Kemeriahan itu pun membawa angin segar bagi pedagang yang menggelar lapak di Alun-Alun Kembangjoyo, salah satunya Lilis (44). Ia memanfaatkan momentum berjualan aneka jenis sarapan pagi di Alun-Alun Kembangjoyo bertepatan dengan Pasar Minggu Kembangjoyo ini.
Ia senang karena punya kesempatan menjajakan kulinernya di antara keramaian warga yang berkunjung. Sehingga ia berterimakasih kepada Pemerintah Kabupaten (Pemkab) Pati yang telah berpihak pada pelaku usaha menengah.
“Saya sangat antusias sekali, karena Pasar Minggu Kembangjoyo sangat membantu pedagang maupun UMKM. Baru pertama kali ini di sini karena acaranya baru ini,” kata wanita yang berjualan nasi pecel dan nasi tahu campur itu ketika diwawancarai awak media.
Lilis yang biasanya berjualan nasi di Desa Ngipik, Kecamatan Pati bisa mengenalkan masakannya ke masyarakat yang hadir ke Alun-Alun Kembangjoyo. Bahkan, di hari pertamanya berjualan sudah kedatangan ratusan pembeli.
“Kalau hari biasa jualan warung makan Ma’e di belakang RSUD Suwondo, tapi menunya macam macam. Kalau hari ini menunya nasi pecel dan nasi tahu campur,” ungkapnya sembari melayani pembeli.
Ia berharap lapak dagangannya selalu laris oleh pembeli di setiap event ini. Bahkan ia meminta jika Pasar Minggu Kembangjoyo bisa diselenggarakan setiap pekan.
“Harapannya setiap minggu dan laris-manis. Ini tadi yang beli gak kehitung,” pungkasnya.

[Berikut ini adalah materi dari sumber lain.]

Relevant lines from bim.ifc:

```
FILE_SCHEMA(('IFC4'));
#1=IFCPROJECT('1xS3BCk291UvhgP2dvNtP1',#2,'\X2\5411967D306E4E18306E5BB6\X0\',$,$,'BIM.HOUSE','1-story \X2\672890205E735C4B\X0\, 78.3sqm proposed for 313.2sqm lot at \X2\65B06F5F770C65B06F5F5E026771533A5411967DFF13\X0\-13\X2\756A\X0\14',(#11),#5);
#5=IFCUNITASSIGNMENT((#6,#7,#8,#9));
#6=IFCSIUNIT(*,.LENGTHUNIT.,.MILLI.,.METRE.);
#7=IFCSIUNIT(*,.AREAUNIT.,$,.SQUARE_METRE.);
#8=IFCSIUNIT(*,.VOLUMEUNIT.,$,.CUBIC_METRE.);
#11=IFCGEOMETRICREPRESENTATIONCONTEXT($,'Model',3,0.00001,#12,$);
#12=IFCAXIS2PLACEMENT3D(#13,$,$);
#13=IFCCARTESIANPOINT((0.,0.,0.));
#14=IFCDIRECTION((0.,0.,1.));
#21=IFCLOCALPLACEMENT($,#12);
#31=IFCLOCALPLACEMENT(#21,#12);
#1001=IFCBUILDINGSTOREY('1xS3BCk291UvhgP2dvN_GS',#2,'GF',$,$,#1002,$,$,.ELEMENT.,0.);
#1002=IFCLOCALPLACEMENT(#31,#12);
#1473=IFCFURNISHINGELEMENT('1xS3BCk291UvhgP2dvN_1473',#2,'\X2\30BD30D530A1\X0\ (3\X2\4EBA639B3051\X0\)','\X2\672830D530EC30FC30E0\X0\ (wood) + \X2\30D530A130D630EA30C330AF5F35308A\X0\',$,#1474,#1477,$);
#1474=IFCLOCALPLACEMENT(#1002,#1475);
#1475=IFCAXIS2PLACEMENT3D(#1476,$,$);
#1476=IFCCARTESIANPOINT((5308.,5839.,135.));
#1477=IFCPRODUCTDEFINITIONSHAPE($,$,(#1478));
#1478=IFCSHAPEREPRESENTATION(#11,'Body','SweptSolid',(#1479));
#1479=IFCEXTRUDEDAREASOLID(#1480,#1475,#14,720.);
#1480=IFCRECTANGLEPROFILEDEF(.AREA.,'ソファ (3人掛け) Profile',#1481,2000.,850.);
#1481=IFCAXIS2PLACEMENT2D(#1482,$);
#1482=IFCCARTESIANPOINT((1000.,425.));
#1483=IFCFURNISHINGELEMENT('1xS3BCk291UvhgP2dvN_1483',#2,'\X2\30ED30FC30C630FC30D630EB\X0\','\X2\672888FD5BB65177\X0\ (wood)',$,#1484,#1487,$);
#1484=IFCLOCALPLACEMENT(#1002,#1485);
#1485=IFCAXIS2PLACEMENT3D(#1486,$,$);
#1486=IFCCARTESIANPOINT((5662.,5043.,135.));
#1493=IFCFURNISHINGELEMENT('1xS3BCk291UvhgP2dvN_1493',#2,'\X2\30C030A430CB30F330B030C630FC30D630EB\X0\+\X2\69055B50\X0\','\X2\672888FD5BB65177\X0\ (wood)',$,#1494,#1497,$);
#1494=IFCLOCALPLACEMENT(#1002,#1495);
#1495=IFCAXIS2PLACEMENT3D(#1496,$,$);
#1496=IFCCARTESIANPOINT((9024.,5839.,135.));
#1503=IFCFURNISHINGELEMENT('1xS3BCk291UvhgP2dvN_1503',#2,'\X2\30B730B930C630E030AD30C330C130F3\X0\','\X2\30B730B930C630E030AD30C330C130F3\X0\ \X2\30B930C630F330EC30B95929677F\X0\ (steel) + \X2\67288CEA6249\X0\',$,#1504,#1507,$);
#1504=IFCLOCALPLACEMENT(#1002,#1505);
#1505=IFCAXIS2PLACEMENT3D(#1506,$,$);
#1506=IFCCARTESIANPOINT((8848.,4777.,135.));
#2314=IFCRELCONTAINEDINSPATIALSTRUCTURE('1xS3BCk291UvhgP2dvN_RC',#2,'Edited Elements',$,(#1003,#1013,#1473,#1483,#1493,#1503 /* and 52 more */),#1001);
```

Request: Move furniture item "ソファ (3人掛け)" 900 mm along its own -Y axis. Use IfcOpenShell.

```python
import ifcopenshell
import ifcopenshell.api.geometry
import ifcopenshell.util.placement
import ifcopenshell.util.unit

model = ifcopenshell.open("bim.ifc")
unit_scale = ifcopenshell.util.unit.calculate_unit_scale(model)

item = model.by_id(1473)
matrix = ifcopenshell.util.placement.get_local_placement(item.ObjectPlacement)
matrix[:3, 3] -= matrix[:3, 1] * 0.9 / unit_scale
ifcopenshell.api.geometry.edit_object_placement(model, product=item, matrix=matrix, is_si=False)

print(ifcopenshell.util.placement.get_local_placement(item.ObjectPlacement).round(3) + 0.0)

model.write("bim_v2.ifc")
```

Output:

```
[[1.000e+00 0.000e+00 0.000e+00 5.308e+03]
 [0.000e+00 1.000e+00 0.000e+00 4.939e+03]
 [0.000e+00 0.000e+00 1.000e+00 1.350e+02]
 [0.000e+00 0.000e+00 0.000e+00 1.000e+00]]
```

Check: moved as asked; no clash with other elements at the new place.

Hadir dalam Pasar Minggu Kembangjoyo, Pelaksana Tugas (Plt) Bupati Pati, Risma Ardhi Chandra didampingi Sekretaris Daerah (Sekda) Pati, Teguh Widyatmoko, Kepala Dinas Perdagangan dan Perindustrian (Disdagperin) Kabupaten Pati Bhakti Junior Isrony, serta Ketua Komisi C Dewan Perwakilan Rakyat Daerah (DPRD) Kabupaten Pati Joni Kurnianto. Hal ini semakin menegaskan bahwa Pemkab Pati serius mendorong kemajuan ekonomi lokal di Bumi Pesantenan.
Plt Bupati Pati, Risma Ardhi Chandra mengajak masyarakat Kabupaten Pati mengunjungi alun-alun yang berlokasi di Kelurahan Kalidoro tersebut. Ia juga berjanji akan menambah lampu penerangan di tempat tersebut.
“Warga Pati dapat hadir setiap minggu genap kita adakan Car Free Day (CFD) di Alun-Alun Kembangjoyo. Mei juga akan ada penataan Alun-Alun Kembangjoyo untuk penerangan juga ada pengadaan, supaya Alun-Alun Kembangjoyo ramai lagi, meriah lagi, bisa menjadikan tempat berkumpul keluarga lagi sehingga UMKM Alun-Alun Kembangjoyo meriah lagi,” ungkapnya meninjau lapak UMKM.
Chandra meminta para pedagang mencantumkan daftar menu beserta harganya secara detail. Sehingga pembeli bisa tahu nominal yang perlu dikeluarkan dari dompet.
“Semua yang ada di sini mewajibkan ada daftar list menu dan harganya supaya masyarakat pada saat membeli jajanan di Alun-Alun Kembangjoyo sudah jelas harganya berapa, harus membayar berapa,” ujarnya.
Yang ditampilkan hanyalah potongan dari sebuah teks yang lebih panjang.